• _Aim of the exercise_
From the data below, copy each line that includes the word "IFCSHAPEREPRESENTATION".

○ ○ ○

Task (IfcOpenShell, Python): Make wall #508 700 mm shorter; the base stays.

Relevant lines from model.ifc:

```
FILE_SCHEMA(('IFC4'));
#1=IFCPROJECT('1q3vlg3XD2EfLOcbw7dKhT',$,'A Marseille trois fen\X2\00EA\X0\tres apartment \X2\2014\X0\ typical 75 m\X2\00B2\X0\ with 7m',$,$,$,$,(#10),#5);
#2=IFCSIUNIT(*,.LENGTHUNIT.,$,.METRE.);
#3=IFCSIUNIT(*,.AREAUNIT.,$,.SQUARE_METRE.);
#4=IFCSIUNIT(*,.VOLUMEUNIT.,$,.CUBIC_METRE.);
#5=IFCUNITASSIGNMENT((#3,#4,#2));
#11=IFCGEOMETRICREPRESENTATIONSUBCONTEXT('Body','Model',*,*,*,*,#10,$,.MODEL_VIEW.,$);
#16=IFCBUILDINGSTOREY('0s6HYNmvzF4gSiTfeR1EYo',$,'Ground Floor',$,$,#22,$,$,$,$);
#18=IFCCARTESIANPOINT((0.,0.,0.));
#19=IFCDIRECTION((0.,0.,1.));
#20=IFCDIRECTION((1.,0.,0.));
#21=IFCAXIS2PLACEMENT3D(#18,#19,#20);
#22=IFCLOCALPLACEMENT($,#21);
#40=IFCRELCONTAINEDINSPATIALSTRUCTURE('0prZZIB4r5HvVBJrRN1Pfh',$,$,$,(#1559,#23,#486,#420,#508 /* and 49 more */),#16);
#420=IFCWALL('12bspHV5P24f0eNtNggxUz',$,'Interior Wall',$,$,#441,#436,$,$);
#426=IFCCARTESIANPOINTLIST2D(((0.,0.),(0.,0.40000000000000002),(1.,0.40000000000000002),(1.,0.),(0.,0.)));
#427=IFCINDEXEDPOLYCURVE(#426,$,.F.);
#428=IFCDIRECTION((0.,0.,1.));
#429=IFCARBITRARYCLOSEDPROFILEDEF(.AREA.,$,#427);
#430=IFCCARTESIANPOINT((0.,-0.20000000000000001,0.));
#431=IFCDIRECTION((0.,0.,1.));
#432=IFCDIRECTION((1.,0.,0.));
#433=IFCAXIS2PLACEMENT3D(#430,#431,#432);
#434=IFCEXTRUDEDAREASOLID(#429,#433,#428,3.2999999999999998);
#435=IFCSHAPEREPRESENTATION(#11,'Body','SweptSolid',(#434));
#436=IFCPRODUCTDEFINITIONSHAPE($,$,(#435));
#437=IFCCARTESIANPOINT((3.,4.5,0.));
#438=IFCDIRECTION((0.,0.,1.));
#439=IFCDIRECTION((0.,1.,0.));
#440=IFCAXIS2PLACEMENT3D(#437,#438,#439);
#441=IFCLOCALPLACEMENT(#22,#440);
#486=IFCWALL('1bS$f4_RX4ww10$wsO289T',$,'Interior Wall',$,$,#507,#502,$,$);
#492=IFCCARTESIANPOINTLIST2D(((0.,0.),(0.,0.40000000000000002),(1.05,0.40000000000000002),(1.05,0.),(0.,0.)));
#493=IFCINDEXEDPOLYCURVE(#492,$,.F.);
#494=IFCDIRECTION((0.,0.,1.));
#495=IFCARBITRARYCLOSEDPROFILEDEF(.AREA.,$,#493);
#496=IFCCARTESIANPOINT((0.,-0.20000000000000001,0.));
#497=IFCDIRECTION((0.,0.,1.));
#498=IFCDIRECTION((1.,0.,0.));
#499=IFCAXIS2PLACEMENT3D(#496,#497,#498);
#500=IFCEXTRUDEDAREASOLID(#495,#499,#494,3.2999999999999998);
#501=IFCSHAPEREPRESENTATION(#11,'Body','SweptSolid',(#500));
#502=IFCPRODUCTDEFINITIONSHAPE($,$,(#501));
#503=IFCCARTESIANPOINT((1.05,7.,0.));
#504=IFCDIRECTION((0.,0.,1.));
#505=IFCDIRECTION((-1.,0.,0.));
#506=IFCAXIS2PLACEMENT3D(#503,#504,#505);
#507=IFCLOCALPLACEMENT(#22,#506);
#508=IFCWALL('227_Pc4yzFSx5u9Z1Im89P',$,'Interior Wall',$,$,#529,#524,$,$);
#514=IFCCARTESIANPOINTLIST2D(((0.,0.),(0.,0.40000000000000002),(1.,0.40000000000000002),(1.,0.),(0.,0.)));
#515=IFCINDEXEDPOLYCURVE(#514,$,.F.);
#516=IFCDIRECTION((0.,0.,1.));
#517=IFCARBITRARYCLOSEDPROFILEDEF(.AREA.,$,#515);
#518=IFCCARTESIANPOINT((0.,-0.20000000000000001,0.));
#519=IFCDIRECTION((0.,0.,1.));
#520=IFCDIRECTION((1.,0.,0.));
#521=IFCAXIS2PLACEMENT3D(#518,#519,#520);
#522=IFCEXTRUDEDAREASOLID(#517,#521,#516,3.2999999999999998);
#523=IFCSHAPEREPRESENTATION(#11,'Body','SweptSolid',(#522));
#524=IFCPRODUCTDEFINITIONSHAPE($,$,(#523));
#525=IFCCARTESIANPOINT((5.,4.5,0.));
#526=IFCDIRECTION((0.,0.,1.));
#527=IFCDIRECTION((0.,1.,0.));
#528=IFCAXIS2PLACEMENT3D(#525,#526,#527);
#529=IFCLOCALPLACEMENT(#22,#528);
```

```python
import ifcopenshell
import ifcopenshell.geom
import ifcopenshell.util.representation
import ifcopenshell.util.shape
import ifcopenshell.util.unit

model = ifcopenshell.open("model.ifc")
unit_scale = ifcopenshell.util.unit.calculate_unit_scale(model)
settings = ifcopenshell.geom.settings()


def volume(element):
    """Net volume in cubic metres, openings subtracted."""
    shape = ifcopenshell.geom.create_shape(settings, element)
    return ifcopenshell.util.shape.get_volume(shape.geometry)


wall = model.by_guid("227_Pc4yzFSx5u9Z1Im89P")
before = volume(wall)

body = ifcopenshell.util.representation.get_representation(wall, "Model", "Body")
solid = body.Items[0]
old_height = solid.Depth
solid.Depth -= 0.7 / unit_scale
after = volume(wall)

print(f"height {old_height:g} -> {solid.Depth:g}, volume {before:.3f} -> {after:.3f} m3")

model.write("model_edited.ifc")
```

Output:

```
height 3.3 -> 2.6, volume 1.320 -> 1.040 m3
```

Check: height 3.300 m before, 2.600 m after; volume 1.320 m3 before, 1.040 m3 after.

○ ○ ○

• _Expected answer_
#435=IFCSHAPEREPRESENTATION(#11,'Body','SweptSolid',(#434));
#501=IFCSHAPEREPRESENTATION(#11,'Body','SweptSolid',(#500));
#523=IFCSHAPEREPRESENTATION(#11,'Body','SweptSolid',(#522));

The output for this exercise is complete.